La Pucelle Original Soundtrack
La Pucelle Original Soundtrack
Nippon Ichi Software
January 16, 2002
Buy Used Copy
La Pucelle was Tenpei Sato’s first strategy RPG score on behalf of Nippon Ichi Software. Sato created a score rather different from those of the Disgaea series given the game’s spiritual storyline, French-inspired setting, and anime-based artistic style. He focused on complementing the game’s scenarios by mixing traditional and religious with occasional dabs of rock, electronic, and novelty influence. The music was emotional like many of Sato’s other works, but feels more personal and sensitive in places, despite upbeat and bombastic moments. As ever, the soundtrack was packaged with the Japanese version of the game, though a separate arranged album was later commercially released.

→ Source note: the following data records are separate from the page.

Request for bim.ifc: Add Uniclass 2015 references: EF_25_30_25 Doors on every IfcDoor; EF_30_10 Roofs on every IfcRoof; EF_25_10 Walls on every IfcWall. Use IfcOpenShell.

First a look at what the model holds.

```python
import ifcopenshell

model = ifcopenshell.open("bim.ifc")
print(model.schema)
print("classifications:", [c.Name for c in model.by_type("IfcClassification")])
for ifc_class in ("IfcDoor", "IfcRoof", "IfcStair", "IfcWall", "IfcWindow"):
    print(ifc_class, len(model.by_type(ifc_class)))
```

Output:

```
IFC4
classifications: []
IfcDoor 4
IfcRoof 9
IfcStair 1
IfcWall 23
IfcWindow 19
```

```python
import ifcopenshell
import ifcopenshell.api.classification

model = ifcopenshell.open("bim.ifc")

system = ifcopenshell.api.classification.add_classification(model, classification="Uniclass 2015")

codes = {
    "IfcDoor": ("EF_25_30_25", "Doors"),
    "IfcRoof": ("EF_30_10", "Roofs"),
    "IfcWall": ("EF_25_10", "Walls"),
}
for ifc_class, (code, name) in codes.items():
    products = model.by_type(ifc_class)
    ifcopenshell.api.classification.add_reference(
        model, products=products, classification=system, identification=code, name=name
    )
    print(code, len(products))

model.write("bim_rev.ifc")
```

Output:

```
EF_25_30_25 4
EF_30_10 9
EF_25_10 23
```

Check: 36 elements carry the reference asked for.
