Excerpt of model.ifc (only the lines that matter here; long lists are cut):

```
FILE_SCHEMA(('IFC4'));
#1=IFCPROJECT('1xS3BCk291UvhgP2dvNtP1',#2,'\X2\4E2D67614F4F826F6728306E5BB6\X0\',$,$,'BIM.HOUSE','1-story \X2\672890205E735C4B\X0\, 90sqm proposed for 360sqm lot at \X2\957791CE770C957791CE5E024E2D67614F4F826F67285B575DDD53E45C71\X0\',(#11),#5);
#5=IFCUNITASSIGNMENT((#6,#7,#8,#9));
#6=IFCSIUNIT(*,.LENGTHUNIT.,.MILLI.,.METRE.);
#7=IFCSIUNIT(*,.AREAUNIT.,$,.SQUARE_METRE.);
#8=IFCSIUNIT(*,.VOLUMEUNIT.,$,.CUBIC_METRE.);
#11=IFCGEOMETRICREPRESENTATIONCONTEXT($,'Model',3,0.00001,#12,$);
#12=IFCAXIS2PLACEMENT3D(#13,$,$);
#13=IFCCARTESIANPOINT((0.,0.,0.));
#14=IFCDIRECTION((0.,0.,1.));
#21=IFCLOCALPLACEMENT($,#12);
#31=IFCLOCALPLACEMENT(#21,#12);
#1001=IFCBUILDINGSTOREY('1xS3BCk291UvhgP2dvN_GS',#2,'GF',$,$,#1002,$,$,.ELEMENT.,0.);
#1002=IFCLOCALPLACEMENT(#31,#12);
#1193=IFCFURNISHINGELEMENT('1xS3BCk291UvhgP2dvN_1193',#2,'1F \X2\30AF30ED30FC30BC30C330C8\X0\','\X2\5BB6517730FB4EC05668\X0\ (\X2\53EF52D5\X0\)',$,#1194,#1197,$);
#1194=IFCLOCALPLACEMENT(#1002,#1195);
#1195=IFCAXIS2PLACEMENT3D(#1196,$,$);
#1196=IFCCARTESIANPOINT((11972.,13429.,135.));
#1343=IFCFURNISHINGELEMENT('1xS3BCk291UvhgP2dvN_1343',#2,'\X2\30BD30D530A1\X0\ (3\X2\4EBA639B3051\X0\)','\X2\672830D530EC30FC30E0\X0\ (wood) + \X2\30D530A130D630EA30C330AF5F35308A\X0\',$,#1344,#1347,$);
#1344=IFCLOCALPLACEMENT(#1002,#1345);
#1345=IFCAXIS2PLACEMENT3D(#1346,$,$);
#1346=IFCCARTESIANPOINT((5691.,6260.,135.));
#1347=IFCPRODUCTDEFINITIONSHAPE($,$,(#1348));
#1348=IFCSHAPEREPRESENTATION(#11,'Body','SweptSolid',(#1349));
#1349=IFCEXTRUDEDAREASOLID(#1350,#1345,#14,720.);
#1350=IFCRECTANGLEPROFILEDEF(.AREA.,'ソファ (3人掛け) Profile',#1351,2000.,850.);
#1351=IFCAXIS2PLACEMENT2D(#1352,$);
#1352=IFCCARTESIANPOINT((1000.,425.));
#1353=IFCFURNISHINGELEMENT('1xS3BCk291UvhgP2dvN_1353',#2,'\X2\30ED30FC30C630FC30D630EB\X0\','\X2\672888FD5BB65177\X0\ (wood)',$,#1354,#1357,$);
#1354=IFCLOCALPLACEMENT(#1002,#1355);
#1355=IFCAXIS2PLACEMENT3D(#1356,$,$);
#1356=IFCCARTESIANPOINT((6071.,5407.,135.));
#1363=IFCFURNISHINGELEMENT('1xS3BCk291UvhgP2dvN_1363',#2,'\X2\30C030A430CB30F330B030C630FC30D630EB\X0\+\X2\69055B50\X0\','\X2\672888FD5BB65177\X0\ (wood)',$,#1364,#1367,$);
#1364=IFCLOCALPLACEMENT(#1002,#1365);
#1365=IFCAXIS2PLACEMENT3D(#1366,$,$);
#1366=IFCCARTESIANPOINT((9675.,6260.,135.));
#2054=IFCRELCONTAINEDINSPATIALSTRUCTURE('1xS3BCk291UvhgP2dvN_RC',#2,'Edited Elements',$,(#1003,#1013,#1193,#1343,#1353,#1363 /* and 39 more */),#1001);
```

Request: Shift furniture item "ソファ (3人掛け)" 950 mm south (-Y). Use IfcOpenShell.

```python
import ifcopenshell
import ifcopenshell.api.geometry
import ifcopenshell.util.placement
import ifcopenshell.util.unit

model = ifcopenshell.open("model.ifc")
unit_scale = ifcopenshell.util.unit.calculate_unit_scale(model)

item = model.by_guid("1xS3BCk291UvhgP2dvN_1343")
matrix = ifcopenshell.util.placement.get_local_placement(item.ObjectPlacement)
matrix[1, 3] -= 0.95 / unit_scale
ifcopenshell.api.geometry.edit_object_placement(model, product=item, matrix=matrix, is_si=False)

print(ifcopenshell.util.placement.get_local_placement(item.ObjectPlacement).round(3) + 0.0)

model.write("model_v2.ifc")
```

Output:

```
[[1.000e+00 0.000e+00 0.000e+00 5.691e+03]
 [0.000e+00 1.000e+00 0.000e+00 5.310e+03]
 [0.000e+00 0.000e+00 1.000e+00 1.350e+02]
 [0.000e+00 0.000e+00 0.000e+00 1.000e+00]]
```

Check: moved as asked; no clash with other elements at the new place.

The main appeal of the soundtrack is definitely the range and depth of the emotions it provides. The opening theme “Legend of the Holy Maiden of Light” is a spiritual choral work similar to Yasunori Mitsuda’s KiRite compositions; despite its fairly short playtime, it fluidly and richly develops to encompass many emotions. “Solitaire” is another prime example, establishing a warm organic soundscape for ethnic flute wails to radiate from, likely reducing some listeners to tears. Serene and exotic, “Eringa Valley” is initially dominated by ethnic percussion and bass riffs, but becomes more conventional and melodic during its extensive development. “Creamy Dreamer” and “Sparkling” are calm gorgeous small ensemble pieces, the latter astounding with its flute and woodwind work. “Fathima”, in contrast, is a mesmerising exploration of tonal colour where Sato achieves a sense of stillness without boring listeners. Other highlights include “Saint of Legend”, where spiritual and acoustic forces gently unite, “Great Wilder”, an Arabian-inspired theme brimming with character, and “Fears for Tears”, a climactic piece with brooding chorus support.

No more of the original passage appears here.